Virtual Cluster ID: hclg71zute4fm4fpm3m2cobv0
Job submitted successfully!
Job ID: 000000036udo0ghs1mq
5. Monitor the Job
# Watch pods in real-time
kubectl get pods -n emr-data-team-a -w
# In another terminal, check job status
aws emr-containers list-job-runs \
--virtual-cluster-id $EMR_VIRTUAL_CLUSTER_ID_TEAM_A \
--region us-west-2
# View job logs
kubectl logs -f <driver-pod-name> -n emr-data-team-a
6. Verify NVMe Instance Provisioning
Check that Karpenter provisioned NVMe SSD instances:
# Describe an executor pod
kubectl describe pod taxidata-nvme-ssd-exec-1 -n emr-data-team-a | grep -A10 "Node-Selectors"
# Expected output:
# Node-Selectors: NodeGroupType=SparkGravitonMemoryOptimized
# node.kubernetes.io/arch=arm64
# Affinity:
# karpenter.k8s.aws/instance-family In [c6gd c7gd c8gd m6gd m7gd m8gd r6gd r7gd r8gd]
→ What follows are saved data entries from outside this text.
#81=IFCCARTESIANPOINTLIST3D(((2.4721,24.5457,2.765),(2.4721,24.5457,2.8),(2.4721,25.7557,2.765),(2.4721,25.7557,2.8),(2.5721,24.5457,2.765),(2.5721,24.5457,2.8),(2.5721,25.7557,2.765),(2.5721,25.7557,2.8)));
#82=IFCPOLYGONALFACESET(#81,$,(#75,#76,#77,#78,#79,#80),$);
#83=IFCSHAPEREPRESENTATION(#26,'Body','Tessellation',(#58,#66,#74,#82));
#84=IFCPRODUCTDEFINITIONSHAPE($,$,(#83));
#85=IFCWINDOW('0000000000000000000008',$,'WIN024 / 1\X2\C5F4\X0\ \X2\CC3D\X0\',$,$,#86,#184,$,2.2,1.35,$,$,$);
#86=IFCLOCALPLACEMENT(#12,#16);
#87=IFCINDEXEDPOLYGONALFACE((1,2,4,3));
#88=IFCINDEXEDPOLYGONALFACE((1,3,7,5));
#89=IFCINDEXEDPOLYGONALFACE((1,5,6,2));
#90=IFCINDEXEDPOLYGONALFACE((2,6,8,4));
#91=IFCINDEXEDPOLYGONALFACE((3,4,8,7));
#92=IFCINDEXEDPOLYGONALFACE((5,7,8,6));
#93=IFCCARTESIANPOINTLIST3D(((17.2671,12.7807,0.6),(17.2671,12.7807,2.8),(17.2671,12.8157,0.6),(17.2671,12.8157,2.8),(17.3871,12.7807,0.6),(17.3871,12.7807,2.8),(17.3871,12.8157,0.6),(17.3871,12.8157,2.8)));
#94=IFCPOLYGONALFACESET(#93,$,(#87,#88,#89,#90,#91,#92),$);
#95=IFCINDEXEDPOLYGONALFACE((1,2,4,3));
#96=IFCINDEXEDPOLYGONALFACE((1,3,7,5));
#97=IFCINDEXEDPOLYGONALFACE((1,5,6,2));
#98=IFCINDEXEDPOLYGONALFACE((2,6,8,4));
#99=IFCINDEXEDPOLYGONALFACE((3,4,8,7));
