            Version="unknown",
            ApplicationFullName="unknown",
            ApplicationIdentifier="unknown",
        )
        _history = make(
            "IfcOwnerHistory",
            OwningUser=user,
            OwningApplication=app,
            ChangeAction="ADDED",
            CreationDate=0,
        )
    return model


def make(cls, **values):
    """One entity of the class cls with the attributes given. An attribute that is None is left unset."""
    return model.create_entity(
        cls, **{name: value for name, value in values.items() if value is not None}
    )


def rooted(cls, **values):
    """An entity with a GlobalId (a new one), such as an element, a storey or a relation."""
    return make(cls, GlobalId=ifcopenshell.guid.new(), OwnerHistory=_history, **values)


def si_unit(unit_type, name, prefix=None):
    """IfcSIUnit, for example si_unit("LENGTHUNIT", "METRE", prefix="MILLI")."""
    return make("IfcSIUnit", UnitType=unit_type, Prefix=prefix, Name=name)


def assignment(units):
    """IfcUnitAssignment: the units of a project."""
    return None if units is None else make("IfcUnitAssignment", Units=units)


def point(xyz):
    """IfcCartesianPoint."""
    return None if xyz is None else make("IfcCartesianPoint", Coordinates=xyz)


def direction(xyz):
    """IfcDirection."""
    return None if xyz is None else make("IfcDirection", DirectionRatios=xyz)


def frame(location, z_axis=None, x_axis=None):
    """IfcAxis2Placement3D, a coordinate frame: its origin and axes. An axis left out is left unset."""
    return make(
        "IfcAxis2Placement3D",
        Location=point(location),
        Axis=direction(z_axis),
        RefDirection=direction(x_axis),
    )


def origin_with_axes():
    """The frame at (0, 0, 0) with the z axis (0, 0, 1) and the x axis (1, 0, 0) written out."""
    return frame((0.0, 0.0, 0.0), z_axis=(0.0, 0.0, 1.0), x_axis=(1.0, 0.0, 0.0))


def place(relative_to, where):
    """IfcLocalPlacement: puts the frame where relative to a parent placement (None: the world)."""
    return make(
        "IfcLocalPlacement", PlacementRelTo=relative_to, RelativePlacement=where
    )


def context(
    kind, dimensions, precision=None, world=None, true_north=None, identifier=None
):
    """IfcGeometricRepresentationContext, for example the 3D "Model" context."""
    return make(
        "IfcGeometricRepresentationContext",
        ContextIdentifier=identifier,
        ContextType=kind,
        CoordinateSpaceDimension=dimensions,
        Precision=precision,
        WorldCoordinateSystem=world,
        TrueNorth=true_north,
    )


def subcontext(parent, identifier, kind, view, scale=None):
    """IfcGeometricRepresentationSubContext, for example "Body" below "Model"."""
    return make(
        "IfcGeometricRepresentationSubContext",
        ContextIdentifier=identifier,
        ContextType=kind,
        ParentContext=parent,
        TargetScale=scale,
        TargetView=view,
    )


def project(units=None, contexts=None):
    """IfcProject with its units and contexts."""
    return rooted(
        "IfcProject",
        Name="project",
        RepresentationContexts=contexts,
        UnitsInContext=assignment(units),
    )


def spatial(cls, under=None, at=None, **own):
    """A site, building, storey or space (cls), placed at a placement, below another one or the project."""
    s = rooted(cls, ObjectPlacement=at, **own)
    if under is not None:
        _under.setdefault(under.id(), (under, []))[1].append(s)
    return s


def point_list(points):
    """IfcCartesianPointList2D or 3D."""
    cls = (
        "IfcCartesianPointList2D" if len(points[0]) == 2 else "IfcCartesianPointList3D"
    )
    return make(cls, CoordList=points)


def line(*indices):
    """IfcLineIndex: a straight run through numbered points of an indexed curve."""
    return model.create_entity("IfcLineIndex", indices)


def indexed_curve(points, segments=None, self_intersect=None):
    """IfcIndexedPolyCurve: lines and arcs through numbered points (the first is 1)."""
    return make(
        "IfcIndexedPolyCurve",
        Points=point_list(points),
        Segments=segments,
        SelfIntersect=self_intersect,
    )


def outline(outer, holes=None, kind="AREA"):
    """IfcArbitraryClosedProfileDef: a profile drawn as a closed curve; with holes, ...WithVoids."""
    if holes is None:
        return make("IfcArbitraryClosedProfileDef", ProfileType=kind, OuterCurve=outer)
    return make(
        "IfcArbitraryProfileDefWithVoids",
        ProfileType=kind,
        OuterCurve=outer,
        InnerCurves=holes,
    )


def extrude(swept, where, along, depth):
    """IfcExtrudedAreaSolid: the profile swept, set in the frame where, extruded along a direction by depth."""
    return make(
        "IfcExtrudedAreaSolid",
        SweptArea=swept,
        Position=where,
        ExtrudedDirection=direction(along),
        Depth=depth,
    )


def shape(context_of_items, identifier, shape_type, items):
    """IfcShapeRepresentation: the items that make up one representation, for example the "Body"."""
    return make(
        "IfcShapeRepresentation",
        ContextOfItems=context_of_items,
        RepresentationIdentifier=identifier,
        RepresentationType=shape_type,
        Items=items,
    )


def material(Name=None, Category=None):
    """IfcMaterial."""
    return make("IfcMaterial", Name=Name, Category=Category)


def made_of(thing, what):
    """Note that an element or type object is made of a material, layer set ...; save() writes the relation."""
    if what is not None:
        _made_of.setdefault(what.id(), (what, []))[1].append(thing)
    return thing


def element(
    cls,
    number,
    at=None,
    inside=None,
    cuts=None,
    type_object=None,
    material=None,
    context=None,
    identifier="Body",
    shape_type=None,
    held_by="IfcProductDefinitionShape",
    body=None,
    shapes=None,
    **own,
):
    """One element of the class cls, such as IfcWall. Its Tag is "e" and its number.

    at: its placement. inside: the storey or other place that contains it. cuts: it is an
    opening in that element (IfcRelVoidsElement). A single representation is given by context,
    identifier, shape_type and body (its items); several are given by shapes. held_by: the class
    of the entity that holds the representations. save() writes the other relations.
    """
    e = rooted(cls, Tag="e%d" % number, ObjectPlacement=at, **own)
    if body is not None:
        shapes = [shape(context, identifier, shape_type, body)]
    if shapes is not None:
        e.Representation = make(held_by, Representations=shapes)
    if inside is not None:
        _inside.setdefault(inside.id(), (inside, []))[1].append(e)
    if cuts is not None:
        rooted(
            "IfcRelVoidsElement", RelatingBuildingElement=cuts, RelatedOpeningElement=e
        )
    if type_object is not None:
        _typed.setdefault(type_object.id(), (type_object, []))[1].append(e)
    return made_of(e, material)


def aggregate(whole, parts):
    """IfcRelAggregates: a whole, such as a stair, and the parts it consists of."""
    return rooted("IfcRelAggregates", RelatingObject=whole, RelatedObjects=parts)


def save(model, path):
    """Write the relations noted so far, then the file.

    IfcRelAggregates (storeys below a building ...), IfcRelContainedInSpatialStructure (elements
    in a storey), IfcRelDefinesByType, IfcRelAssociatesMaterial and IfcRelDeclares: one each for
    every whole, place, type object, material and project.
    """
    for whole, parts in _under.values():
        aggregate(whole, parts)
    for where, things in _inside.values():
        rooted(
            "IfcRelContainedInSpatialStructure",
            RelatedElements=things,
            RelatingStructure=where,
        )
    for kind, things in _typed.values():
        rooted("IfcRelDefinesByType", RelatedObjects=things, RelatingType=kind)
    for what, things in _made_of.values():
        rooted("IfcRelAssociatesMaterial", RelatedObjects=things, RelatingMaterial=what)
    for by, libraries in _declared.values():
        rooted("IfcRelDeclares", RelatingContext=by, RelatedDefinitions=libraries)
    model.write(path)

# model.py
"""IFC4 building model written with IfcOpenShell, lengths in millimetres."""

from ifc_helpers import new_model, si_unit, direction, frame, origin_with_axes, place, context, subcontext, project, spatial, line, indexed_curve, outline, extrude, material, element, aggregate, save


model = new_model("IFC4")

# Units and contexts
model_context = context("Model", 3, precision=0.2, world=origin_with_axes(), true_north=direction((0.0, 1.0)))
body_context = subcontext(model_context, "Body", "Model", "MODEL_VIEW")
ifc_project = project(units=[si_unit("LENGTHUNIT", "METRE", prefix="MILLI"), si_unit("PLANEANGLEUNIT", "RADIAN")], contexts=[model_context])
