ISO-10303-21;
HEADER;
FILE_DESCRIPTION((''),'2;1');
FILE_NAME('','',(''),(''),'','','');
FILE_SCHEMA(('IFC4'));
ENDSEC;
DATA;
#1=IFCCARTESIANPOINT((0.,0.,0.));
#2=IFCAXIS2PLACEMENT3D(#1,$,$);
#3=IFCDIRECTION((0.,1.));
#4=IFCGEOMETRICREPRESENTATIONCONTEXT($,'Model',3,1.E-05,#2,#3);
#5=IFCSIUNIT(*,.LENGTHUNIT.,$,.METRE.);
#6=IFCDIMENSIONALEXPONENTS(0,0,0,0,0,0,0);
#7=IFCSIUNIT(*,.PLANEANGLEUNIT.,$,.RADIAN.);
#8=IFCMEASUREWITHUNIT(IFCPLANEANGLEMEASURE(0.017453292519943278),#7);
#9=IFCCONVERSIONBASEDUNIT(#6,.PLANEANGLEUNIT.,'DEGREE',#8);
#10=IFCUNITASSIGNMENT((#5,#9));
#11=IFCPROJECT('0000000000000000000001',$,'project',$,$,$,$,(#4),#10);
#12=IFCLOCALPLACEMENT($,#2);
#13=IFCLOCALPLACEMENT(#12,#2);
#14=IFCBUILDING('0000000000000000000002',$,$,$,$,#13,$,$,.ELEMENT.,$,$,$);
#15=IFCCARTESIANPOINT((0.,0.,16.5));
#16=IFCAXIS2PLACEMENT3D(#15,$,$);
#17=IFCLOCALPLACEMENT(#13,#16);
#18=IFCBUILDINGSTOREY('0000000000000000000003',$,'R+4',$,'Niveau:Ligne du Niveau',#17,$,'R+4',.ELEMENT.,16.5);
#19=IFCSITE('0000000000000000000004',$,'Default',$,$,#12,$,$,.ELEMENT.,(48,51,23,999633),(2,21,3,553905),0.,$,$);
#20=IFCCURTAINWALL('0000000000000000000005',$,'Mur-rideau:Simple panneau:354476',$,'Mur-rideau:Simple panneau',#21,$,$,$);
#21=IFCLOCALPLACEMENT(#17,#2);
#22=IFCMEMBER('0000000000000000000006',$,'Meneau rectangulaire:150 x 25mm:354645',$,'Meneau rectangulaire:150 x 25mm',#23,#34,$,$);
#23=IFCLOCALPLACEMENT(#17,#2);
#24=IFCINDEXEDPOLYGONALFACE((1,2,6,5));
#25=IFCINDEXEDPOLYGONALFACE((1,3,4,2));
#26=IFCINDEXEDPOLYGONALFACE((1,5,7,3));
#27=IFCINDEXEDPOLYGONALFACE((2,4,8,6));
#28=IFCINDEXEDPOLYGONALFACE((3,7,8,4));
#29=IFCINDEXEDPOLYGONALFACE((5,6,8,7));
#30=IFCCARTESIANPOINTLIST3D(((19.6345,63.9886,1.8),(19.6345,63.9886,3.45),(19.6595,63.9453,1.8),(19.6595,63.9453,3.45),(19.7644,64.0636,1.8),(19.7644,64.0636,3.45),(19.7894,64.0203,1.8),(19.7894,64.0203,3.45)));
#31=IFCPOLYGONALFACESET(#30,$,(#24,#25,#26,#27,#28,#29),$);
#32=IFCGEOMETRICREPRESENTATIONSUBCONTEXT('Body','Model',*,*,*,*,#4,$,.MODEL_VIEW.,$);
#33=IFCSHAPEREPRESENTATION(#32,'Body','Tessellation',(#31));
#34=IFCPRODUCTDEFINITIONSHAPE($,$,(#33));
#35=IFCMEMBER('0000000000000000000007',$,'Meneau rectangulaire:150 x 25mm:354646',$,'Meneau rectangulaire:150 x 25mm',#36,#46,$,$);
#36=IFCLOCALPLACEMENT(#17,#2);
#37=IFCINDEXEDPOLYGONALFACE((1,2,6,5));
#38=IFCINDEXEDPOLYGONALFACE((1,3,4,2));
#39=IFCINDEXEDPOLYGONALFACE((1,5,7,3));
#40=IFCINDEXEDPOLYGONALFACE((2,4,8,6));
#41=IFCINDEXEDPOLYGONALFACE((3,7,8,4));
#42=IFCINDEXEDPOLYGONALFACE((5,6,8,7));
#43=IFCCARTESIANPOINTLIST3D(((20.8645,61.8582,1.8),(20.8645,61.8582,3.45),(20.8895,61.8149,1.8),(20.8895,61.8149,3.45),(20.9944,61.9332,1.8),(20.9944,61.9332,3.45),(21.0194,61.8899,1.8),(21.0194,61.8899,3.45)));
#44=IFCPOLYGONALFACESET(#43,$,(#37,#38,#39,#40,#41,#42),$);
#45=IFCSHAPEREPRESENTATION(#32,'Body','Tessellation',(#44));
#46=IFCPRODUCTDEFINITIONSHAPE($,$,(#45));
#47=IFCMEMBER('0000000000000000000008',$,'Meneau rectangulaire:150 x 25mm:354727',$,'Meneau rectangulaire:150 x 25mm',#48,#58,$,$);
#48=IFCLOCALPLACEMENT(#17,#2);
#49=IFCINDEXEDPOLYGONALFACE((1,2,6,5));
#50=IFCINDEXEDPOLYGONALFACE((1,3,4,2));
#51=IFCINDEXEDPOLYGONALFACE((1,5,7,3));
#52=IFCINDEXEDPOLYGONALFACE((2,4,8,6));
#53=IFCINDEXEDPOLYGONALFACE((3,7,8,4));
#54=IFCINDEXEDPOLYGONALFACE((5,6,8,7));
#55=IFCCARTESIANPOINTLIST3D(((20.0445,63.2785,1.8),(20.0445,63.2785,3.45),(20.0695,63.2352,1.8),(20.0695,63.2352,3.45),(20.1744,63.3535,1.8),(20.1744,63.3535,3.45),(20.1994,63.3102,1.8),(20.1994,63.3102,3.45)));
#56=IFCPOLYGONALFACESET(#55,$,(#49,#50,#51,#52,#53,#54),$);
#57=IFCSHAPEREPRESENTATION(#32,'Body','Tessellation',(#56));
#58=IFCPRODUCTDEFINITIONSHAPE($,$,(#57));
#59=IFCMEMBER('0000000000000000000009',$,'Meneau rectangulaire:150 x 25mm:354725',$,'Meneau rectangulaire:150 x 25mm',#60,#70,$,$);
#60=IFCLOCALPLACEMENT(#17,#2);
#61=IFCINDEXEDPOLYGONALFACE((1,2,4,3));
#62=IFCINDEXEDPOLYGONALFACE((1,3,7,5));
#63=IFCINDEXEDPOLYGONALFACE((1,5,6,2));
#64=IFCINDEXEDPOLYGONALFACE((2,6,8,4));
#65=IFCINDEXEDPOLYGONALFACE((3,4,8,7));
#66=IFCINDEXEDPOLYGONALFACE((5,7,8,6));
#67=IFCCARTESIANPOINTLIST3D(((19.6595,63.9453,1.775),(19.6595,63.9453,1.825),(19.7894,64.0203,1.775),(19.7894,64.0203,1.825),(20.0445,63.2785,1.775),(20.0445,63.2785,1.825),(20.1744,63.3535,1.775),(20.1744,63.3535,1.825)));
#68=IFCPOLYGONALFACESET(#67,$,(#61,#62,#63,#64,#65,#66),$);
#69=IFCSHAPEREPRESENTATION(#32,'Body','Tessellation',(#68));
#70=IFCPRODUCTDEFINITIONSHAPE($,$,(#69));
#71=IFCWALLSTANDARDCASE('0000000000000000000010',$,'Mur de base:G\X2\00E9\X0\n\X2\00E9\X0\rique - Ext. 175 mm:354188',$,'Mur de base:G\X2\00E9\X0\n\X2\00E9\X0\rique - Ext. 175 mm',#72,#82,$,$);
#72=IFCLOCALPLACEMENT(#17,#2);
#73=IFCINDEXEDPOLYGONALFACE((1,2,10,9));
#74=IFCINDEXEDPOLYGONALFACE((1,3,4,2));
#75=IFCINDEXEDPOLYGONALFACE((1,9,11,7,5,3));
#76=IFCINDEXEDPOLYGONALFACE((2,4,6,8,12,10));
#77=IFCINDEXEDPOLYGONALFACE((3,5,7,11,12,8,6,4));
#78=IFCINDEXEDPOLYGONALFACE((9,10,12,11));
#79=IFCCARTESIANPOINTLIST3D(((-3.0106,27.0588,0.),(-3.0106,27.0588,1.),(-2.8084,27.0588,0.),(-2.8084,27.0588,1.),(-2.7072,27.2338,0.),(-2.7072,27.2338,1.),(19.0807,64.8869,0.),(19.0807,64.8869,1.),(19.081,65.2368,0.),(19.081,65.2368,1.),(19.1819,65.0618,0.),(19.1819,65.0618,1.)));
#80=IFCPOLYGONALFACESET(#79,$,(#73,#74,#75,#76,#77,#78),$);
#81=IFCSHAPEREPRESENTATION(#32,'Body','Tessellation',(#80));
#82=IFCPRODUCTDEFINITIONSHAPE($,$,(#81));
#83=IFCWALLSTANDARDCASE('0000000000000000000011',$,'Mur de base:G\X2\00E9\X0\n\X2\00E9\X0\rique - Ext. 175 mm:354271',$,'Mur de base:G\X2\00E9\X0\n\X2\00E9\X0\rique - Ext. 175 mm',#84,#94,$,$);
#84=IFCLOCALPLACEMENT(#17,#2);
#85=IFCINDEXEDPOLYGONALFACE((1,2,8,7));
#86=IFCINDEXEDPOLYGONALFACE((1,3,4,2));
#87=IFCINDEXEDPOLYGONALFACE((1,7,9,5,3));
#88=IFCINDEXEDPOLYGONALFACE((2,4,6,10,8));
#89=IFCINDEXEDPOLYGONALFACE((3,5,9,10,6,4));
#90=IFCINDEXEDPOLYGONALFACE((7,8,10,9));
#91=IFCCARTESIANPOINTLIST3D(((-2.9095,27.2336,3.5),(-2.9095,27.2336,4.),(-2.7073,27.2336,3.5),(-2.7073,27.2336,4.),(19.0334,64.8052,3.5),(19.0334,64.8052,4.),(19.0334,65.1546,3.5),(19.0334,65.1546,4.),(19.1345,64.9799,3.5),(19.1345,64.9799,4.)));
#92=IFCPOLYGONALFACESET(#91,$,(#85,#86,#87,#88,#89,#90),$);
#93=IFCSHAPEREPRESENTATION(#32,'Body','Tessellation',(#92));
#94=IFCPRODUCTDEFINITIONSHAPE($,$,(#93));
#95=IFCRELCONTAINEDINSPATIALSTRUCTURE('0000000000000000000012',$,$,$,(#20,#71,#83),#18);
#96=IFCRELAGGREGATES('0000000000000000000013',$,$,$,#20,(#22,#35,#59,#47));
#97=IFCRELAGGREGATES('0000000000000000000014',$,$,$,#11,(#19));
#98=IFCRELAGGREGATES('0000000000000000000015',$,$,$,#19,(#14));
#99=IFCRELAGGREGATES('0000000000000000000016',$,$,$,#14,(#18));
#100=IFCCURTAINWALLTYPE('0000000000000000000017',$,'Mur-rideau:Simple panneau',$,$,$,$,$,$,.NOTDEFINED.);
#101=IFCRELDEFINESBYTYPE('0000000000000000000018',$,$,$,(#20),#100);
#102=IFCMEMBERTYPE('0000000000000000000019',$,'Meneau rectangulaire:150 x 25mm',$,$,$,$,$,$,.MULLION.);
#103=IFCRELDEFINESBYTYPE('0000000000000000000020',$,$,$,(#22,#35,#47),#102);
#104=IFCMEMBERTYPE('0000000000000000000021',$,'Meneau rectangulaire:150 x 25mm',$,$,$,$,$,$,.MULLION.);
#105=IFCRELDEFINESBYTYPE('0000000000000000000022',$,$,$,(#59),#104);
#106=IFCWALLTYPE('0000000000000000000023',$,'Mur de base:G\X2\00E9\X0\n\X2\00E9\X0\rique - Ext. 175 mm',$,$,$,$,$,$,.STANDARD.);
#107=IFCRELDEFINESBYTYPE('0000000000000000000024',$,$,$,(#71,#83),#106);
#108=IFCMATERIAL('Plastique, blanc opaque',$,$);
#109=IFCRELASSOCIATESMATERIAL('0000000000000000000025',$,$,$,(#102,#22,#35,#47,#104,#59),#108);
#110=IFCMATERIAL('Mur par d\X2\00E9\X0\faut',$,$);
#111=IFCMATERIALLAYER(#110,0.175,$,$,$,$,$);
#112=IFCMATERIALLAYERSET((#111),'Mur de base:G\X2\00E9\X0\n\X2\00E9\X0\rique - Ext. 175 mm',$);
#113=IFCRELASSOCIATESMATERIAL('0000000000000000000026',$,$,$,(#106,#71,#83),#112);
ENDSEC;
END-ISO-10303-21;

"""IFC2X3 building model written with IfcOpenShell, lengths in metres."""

from ifc_helpers import new_model, entity, si_unit, converted_unit, direction, frame, origin, origin_2d_with_axis, place, context, subcontext, project, spatial, polyline, rectangle, outline, extrude, source, transform, mapped, material, layer, layer_set, layer_usage, type_object, type_shapes, element, aggregate, save


model = new_model("IFC2X3")

# Units and contexts
model_context = context("Model", 3, precision=1e-05, world=origin(), true_north=direction((0.0, 1.0)))
body_context = subcontext(model_context, "Body", "Model", "MODEL_VIEW")
ifc_project = project(units=[si_unit("LENGTHUNIT", "METRE"), converted_unit("PLANEANGLEUNIT", "DEGREE", entity("IfcPlaneAngleMeasure", 0.017453292519943278), si_unit("PLANEANGLEUNIT", "RADIAN"), dimensions=[0, 0, 0, 0, 0, 0, 0])], contexts=[model_context])

# Site, building, storey
site_placement = place(None, origin())
site = spatial("IfcSite", under=ifc_project, at=site_placement, Name="Default", CompositionType="ELEMENT", RefLatitude=(48, 51, 23, 999633), RefLongitude=(2, 21, 3, 553905), RefElevation=0.0)
building_placement = place(site_placement, origin())
building = spatial("IfcBuilding", under=site, at=building_placement, CompositionType="ELEMENT")
storey_placement = place(building_placement, frame((0.0, 0.0, 16.5)))
storey = spatial("IfcBuildingStorey", under=building, at=storey_placement, Name="R+4", ObjectType="Niveau:Ligne du Niveau", LongName="R+4", CompositionType="ELEMENT", Elevation=16.5)

# Shared definitions
curtain_wall_type = type_object("IfcCurtainWallType", Name="Mur-rideau:Simple panneau", PredefinedType="NOTDEFINED")
ifc_material_1 = material(Name="Plastique, blanc opaque")

# Curtain wall, members
curtain_wall_1_placement = place(storey_placement, frame((0.0, 0.0, -16.5)))
curtain_wall_1 = element("IfcCurtainWall", 1, at=curtain_wall_1_placement, inside=storey, type_object=curtain_wall_type, Name="Mur-rideau:Simple panneau:354476", ObjectType="Mur-rideau:Simple panneau")
member_type_1 = type_object("IfcMemberType", Name="Meneau rectangulaire:150 x 25mm", PredefinedType="MULLION", material=ifc_material_1)
shared_shape_1 = source(origin(), body_context, "Body", "SweptSolid", [
    extrude(rectangle(XDim=0.05, YDim=0.15, at=origin_2d_with_axis()), frame((0.0, 0.0, -1.65), z_axis=(0.0, 0.0, 1.0), x_axis=(-1.0, 0.0, 0.0)), (0.0, 0.0, 1.0), 1.65),
])
type_shapes(member_type_1, [shared_shape_1])
member_1_placement = place(curtain_wall_1_placement, frame((19.712, 64.0045, 18.3), z_axis=(0.0, 0.0, -1.0), x_axis=(0.5, -0.866025, 0.0)))
member_1 = element("IfcMember", 2, at=member_1_placement, type_object=member_type_1, material=ifc_material_1, Name="Meneau rectangulaire:150 x 25mm:354645", ObjectType="Meneau rectangulaire:150 x 25mm", context=body_context, shape_type="MappedRepresentation", body=[
    mapped(shared_shape_1, transform((0.0, 0.0, 0.0), scale=1.0)),
])
member_2_placement = place(curtain_wall_1_placement, frame((20.942, 61.874, 18.3), z_axis=(0.0, 0.0, -1.0), x_axis=(0.5, -0.866025, 0.0)))
member_2 = element("IfcMember", 3, at=member_2_placement, type_object=member_type_1, material=ifc_material_1, Name="Meneau rectangulaire:150 x 25mm:354646", ObjectType="Meneau rectangulaire:150 x 25mm", context=body_context, shape_type="MappedRepresentation", body=[
    mapped(shared_shape_1, transform((0.0, 0.0, 0.0), scale=1.0)),
])
member_3_placement = place(curtain_wall_1_placement, frame((20.122, 63.2943, 18.3), z_axis=(0.0, 0.0, -1.0), x_axis=(0.5, -0.866025, 0.0)))
member_3 = element("IfcMember", 4, at=member_3_placement, type_object=member_type_1, material=ifc_material_1, Name="Meneau rectangulaire:150 x 25mm:354727", ObjectType="Meneau rectangulaire:150 x 25mm", context=body_context, shape_type="MappedRepresentation", body=[
    mapped(shared_shape_1, transform((0.0, 0.0, 0.0), scale=1.0)),
])
member_type_2 = type_object("IfcMemberType", Name="Meneau rectangulaire:150 x 25mm", PredefinedType="MULLION", material=ifc_material_1)
shared_shape_2 = source(origin(), body_context, "Body", "SweptSolid", [
    extrude(rectangle(XDim=0.05, YDim=0.15, at=origin_2d_with_axis()), frame((0.0, 0.0, -0.77), z_axis=(0.0, 0.0, 1.0), x_axis=(-1.0, 0.0, 0.0)), (0.0, 0.0, 1.0), 0.77),
])
type_shapes(member_type_2, [shared_shape_2])
member_4_placement = place(curtain_wall_1_placement, frame((20.1095, 63.316, 18.3), z_axis=(0.5, -0.866025, 0.0), x_axis=(0.0, 0.0, 1.0)))
member_4 = element("IfcMember", 5, at=member_4_placement, type_object=member_type_2, material=ifc_material_1, Name="Meneau rectangulaire:150 x 25mm:354725", ObjectType="Meneau rectangulaire:150 x 25mm", context=body_context, shape_type="MappedRepresentation", body=[
    mapped(shared_shape_2, transform((0.0, 0.0, 0.0), scale=1.0)),
])
aggregate(curtain_wall_1, [member_1, member_2, member_4, member_3])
7. Check Node Instance Type
Verify the node is using an NVMe SSD instance:
# Get node name where executor is running
NODE=$(kubectl get pod taxidata-nvme-ssd-exec-1 -n emr-data-team-a \
-o jsonpath='{.spec.nodeName}')
# Check instance type (should have 'd' suffix for SSD)
kubectl get node $NODE -o jsonpath='{.metadata.labels.node\.kubernetes\.io/instance-type}'
# Expected output: c7gd.4xlarge, m6gd.4xlarge, r6gd.4xlarge, etc.
8. Verify NVMe RAID0 Mount
Check that Karpenter configured the NVMe storage as RAID0:
# Check RAID configuration
kubectl debug node/$NODE -it --image=ubuntu -- cat /proc/mdstat
# Expected output showing RAID0:
# md0 : active raid0 nvme1n1[1] nvme0n1[0]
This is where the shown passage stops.